• The problem
From the records below, transcribe exactly the lines that begin at the line with "#100=IFCINDEXEDPOLYGONALFACE((41,42,46,45));" and end at the line with "#106=IFCINDEXEDPOLYGONALFACE((53,54,56,55));", both included.

=== Begin Enclosure ===

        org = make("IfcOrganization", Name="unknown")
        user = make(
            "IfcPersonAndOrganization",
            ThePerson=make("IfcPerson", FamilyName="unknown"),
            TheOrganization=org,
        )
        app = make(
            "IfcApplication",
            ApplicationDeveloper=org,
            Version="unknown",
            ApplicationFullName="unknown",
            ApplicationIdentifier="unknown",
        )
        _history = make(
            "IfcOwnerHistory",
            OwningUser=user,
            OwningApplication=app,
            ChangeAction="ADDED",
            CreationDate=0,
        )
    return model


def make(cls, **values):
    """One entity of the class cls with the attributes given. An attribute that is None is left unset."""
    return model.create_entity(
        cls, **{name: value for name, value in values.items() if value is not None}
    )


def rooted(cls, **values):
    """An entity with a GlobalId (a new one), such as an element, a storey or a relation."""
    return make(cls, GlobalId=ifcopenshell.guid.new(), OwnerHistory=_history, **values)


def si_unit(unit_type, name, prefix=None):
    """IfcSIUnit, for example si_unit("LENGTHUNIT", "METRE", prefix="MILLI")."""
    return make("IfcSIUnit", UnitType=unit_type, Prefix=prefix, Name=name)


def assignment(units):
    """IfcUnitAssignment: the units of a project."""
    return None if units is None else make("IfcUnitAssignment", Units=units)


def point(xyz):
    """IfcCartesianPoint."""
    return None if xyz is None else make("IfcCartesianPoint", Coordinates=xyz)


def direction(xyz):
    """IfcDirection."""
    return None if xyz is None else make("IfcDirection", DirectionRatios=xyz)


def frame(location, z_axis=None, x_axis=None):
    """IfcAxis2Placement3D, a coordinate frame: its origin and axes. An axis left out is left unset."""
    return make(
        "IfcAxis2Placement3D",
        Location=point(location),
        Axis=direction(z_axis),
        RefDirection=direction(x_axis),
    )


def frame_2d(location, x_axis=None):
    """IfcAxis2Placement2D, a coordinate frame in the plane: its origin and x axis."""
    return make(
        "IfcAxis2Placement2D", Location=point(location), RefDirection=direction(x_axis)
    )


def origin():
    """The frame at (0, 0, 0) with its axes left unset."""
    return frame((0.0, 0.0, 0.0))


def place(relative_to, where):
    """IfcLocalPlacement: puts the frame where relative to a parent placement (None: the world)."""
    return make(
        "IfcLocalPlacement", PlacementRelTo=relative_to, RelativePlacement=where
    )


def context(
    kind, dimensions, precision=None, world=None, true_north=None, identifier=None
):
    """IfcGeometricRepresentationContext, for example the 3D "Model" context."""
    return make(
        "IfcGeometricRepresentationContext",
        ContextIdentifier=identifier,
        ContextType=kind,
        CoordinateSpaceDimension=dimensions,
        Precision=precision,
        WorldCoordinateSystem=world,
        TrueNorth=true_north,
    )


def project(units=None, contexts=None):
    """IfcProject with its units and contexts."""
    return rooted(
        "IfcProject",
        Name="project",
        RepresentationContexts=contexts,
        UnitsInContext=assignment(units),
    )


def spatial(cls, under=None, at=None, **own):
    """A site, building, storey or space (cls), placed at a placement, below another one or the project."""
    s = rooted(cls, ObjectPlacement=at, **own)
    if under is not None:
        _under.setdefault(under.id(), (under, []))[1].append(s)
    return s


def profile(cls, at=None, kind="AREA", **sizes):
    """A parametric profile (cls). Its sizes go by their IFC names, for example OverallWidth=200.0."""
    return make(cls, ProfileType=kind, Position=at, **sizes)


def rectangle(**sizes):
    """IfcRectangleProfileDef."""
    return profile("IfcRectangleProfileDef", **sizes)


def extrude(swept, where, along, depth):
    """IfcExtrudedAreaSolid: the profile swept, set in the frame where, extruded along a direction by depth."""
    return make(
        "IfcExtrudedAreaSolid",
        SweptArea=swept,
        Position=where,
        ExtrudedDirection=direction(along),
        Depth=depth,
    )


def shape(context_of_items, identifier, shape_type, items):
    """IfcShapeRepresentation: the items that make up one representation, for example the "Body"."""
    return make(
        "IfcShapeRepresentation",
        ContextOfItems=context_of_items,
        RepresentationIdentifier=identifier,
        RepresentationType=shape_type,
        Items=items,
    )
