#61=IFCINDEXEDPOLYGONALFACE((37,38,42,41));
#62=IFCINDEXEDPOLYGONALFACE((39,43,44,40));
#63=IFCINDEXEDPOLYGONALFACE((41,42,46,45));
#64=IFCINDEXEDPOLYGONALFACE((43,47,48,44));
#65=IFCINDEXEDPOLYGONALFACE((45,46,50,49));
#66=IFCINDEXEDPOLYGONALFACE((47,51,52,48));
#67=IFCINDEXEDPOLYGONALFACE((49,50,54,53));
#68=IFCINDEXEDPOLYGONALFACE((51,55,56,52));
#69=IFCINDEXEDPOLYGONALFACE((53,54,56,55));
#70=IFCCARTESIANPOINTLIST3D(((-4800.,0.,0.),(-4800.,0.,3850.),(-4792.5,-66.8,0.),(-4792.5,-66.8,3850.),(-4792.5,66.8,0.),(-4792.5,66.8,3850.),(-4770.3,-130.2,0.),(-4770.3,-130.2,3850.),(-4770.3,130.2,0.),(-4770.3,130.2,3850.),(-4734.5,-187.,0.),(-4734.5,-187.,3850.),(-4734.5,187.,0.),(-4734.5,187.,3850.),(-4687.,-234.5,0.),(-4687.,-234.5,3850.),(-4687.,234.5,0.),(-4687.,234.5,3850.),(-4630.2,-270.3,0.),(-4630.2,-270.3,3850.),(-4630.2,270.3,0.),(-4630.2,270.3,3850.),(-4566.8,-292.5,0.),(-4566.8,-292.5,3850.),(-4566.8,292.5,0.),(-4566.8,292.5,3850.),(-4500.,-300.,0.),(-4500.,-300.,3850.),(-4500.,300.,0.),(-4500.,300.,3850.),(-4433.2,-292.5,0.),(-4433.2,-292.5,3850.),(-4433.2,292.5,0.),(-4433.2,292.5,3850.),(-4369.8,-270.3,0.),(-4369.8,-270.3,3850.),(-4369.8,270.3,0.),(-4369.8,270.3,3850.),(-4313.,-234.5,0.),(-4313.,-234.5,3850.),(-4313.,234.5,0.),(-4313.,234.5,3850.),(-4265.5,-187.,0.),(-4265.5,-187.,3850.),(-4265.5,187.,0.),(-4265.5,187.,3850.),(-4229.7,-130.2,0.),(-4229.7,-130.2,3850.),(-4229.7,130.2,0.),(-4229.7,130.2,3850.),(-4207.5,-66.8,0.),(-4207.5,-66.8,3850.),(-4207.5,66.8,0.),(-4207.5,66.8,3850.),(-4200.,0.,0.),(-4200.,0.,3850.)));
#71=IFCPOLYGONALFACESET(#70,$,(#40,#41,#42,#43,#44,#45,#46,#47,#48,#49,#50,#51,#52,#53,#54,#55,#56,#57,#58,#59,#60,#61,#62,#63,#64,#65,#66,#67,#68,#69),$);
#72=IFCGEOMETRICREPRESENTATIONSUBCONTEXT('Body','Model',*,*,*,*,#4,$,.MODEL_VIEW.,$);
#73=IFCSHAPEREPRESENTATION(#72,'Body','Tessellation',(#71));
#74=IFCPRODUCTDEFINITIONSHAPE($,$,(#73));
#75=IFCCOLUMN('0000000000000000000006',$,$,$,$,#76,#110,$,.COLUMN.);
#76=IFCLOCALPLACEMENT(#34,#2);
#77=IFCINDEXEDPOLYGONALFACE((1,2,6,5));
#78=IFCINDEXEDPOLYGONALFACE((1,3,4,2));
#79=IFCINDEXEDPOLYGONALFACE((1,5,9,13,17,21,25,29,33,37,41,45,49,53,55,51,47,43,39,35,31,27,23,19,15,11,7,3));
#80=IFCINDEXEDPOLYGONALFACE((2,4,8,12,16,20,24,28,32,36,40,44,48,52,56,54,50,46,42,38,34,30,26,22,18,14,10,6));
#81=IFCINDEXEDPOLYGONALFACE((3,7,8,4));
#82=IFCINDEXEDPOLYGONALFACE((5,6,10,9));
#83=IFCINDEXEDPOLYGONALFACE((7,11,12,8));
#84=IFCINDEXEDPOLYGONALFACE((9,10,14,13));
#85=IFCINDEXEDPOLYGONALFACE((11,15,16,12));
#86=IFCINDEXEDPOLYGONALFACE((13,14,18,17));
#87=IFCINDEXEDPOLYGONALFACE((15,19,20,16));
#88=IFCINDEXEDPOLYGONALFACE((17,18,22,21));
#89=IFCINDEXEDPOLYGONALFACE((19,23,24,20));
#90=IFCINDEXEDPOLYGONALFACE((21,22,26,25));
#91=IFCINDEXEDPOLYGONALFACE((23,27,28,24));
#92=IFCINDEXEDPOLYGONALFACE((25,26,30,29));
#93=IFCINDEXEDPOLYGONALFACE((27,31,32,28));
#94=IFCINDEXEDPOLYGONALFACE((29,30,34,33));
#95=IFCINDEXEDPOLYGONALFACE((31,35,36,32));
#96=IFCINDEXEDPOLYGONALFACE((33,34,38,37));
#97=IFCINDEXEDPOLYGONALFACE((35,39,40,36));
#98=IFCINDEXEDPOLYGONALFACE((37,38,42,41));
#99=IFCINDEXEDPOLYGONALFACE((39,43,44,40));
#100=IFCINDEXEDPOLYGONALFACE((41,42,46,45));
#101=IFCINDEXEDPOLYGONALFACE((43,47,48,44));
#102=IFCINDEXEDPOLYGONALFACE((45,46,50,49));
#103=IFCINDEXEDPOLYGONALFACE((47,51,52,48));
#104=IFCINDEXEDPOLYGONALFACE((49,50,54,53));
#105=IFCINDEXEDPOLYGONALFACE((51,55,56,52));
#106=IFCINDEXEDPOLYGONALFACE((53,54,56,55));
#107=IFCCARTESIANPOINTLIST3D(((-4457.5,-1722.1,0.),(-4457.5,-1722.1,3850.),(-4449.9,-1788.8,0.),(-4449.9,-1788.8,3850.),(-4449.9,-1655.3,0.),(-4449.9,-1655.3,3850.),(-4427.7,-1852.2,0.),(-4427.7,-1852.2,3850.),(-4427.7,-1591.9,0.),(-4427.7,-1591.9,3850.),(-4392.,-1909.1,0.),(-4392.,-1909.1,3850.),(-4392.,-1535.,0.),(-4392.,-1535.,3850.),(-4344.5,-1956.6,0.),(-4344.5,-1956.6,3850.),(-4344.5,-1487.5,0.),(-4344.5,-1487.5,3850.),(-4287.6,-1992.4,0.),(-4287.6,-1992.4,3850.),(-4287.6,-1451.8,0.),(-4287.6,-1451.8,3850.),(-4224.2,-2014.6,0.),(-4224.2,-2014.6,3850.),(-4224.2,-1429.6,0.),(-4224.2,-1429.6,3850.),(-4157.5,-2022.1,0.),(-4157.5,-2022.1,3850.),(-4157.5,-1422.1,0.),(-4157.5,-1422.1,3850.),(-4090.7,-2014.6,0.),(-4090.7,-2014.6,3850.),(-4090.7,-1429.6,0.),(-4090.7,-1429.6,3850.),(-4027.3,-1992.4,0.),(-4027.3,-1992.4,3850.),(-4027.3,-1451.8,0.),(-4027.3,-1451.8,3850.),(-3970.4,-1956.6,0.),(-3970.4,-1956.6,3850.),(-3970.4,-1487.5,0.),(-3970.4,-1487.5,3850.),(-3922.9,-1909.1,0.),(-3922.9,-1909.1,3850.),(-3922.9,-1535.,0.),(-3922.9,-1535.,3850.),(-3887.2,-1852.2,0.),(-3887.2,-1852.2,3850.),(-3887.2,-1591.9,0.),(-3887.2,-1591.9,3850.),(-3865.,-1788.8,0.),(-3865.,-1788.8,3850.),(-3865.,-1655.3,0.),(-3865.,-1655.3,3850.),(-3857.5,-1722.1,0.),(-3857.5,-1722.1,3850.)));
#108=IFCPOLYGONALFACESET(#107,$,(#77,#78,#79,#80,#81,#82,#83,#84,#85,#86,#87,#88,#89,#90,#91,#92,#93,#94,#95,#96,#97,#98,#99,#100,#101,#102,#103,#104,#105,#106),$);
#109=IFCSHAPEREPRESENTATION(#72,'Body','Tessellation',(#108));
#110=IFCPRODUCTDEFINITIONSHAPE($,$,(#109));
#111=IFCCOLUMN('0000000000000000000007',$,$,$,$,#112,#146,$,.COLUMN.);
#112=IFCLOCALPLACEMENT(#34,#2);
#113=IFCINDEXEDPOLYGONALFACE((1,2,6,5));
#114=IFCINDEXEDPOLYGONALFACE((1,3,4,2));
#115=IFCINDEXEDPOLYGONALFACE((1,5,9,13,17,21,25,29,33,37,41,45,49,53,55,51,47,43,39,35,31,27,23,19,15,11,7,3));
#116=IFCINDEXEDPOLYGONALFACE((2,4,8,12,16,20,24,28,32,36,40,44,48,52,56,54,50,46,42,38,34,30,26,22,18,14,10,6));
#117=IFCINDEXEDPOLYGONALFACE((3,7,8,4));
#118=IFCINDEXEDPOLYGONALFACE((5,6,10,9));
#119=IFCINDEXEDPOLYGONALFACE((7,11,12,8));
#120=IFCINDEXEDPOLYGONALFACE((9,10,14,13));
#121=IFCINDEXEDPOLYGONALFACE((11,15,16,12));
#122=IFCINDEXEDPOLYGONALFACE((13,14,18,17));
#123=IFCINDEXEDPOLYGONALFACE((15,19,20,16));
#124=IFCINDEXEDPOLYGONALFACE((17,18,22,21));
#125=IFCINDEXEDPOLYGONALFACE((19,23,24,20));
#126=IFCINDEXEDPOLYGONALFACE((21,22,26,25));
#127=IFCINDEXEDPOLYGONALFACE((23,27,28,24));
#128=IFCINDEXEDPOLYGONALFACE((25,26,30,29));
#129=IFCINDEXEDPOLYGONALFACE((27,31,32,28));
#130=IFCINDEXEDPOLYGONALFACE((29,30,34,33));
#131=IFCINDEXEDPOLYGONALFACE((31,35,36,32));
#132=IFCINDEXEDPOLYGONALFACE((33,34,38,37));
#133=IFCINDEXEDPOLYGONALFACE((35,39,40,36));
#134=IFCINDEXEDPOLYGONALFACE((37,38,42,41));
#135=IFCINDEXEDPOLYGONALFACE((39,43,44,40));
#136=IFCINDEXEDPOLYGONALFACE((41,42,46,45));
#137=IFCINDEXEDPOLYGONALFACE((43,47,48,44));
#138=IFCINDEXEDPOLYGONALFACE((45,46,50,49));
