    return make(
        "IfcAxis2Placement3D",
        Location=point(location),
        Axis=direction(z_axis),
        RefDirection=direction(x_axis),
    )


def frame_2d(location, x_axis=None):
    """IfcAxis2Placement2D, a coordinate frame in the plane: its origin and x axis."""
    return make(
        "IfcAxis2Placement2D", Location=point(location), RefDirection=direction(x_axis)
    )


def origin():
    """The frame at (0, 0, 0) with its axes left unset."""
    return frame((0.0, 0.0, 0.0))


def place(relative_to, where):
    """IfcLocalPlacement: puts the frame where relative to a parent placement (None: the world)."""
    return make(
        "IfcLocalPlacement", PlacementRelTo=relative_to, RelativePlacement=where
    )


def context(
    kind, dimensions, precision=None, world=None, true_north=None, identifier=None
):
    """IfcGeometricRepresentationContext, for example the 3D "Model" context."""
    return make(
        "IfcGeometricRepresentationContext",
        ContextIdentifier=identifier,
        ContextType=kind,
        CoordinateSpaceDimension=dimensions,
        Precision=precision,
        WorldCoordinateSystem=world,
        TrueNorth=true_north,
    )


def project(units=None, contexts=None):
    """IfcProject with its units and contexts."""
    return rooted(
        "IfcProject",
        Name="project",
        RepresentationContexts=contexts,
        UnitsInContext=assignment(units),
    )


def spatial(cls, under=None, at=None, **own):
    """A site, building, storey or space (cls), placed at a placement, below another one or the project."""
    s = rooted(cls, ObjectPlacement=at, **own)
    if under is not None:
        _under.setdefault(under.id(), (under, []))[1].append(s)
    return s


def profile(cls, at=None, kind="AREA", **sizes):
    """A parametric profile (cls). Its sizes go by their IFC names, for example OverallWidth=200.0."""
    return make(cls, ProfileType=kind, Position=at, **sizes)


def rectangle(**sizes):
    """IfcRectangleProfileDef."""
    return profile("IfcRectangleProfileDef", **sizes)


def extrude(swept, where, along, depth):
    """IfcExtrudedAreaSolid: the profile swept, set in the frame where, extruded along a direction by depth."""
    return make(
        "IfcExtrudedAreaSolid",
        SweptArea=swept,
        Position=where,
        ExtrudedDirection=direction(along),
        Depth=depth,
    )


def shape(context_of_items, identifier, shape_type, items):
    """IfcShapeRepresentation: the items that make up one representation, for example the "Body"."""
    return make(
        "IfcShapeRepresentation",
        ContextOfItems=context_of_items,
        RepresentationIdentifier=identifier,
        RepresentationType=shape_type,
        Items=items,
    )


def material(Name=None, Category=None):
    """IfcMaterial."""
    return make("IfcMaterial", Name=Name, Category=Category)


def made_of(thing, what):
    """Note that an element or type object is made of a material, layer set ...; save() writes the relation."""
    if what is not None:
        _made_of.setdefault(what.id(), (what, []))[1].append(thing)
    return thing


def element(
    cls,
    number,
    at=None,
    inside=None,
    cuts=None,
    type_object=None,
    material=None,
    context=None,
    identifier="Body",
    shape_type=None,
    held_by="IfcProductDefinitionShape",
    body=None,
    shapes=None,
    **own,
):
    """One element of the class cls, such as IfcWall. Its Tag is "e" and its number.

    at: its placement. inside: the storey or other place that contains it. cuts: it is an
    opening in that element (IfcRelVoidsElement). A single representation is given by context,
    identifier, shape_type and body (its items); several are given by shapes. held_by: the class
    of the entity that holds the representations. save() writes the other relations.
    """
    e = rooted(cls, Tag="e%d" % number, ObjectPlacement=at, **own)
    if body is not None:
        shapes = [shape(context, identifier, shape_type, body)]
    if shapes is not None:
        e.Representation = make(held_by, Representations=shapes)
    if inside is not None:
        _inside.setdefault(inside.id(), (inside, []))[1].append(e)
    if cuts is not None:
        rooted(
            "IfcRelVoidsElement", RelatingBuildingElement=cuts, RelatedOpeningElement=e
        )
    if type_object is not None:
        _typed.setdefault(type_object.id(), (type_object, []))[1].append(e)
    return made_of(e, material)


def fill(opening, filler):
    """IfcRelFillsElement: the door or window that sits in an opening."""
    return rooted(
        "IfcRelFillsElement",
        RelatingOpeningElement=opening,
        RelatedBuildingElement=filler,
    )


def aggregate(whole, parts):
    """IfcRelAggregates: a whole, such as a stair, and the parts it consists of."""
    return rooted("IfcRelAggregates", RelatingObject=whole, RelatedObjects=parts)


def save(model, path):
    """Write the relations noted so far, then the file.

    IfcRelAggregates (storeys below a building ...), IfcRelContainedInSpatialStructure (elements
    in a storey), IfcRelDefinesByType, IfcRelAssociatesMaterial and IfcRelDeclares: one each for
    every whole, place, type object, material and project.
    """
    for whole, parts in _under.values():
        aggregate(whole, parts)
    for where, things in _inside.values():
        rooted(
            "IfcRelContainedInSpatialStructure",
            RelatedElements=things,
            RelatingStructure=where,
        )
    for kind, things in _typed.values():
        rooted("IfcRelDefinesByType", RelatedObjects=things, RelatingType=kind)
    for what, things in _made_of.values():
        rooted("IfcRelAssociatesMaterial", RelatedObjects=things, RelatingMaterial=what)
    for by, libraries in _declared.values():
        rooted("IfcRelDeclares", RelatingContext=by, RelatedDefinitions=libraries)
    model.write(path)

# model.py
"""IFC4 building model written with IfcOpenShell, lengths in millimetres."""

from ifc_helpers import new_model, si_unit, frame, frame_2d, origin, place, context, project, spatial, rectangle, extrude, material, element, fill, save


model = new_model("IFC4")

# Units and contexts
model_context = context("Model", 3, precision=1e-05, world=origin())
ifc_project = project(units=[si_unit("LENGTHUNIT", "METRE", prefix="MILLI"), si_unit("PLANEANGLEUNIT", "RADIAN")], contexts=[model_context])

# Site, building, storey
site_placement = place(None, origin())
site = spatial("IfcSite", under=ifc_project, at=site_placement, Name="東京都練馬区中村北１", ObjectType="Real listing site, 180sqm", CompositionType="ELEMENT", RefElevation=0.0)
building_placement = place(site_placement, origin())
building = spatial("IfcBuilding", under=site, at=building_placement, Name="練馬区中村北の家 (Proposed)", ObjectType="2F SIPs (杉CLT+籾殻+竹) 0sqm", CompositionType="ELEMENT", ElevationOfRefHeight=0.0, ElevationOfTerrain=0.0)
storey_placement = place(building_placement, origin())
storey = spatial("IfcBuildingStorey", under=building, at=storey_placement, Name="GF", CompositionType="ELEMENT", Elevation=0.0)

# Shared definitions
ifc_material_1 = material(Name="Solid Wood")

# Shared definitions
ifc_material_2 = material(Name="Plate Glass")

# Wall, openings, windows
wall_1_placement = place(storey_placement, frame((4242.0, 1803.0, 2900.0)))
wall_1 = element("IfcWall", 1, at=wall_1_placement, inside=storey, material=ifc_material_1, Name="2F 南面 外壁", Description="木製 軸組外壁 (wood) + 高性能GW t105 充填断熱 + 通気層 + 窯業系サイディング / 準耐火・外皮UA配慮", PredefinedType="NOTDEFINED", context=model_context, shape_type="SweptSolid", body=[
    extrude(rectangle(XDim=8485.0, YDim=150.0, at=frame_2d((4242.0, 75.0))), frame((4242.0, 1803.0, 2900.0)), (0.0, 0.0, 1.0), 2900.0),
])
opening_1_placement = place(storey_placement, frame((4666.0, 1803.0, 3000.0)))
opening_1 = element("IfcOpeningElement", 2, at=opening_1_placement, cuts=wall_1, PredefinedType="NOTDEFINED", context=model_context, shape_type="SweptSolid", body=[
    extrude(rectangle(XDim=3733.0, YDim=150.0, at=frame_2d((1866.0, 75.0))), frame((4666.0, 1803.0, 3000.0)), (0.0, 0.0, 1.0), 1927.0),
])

=== End Enclosure ===

• Task answer
#100=IFCINDEXEDPOLYGONALFACE((41,42,46,45));
#101=IFCINDEXEDPOLYGONALFACE((43,47,48,44));
#102=IFCINDEXEDPOLYGONALFACE((45,46,50,49));
#103=IFCINDEXEDPOLYGONALFACE((47,51,52,48));
#104=IFCINDEXEDPOLYGONALFACE((49,50,54,53));
#105=IFCINDEXEDPOLYGONALFACE((51,55,56,52));
#106=IFCINDEXEDPOLYGONALFACE((53,54,56,55));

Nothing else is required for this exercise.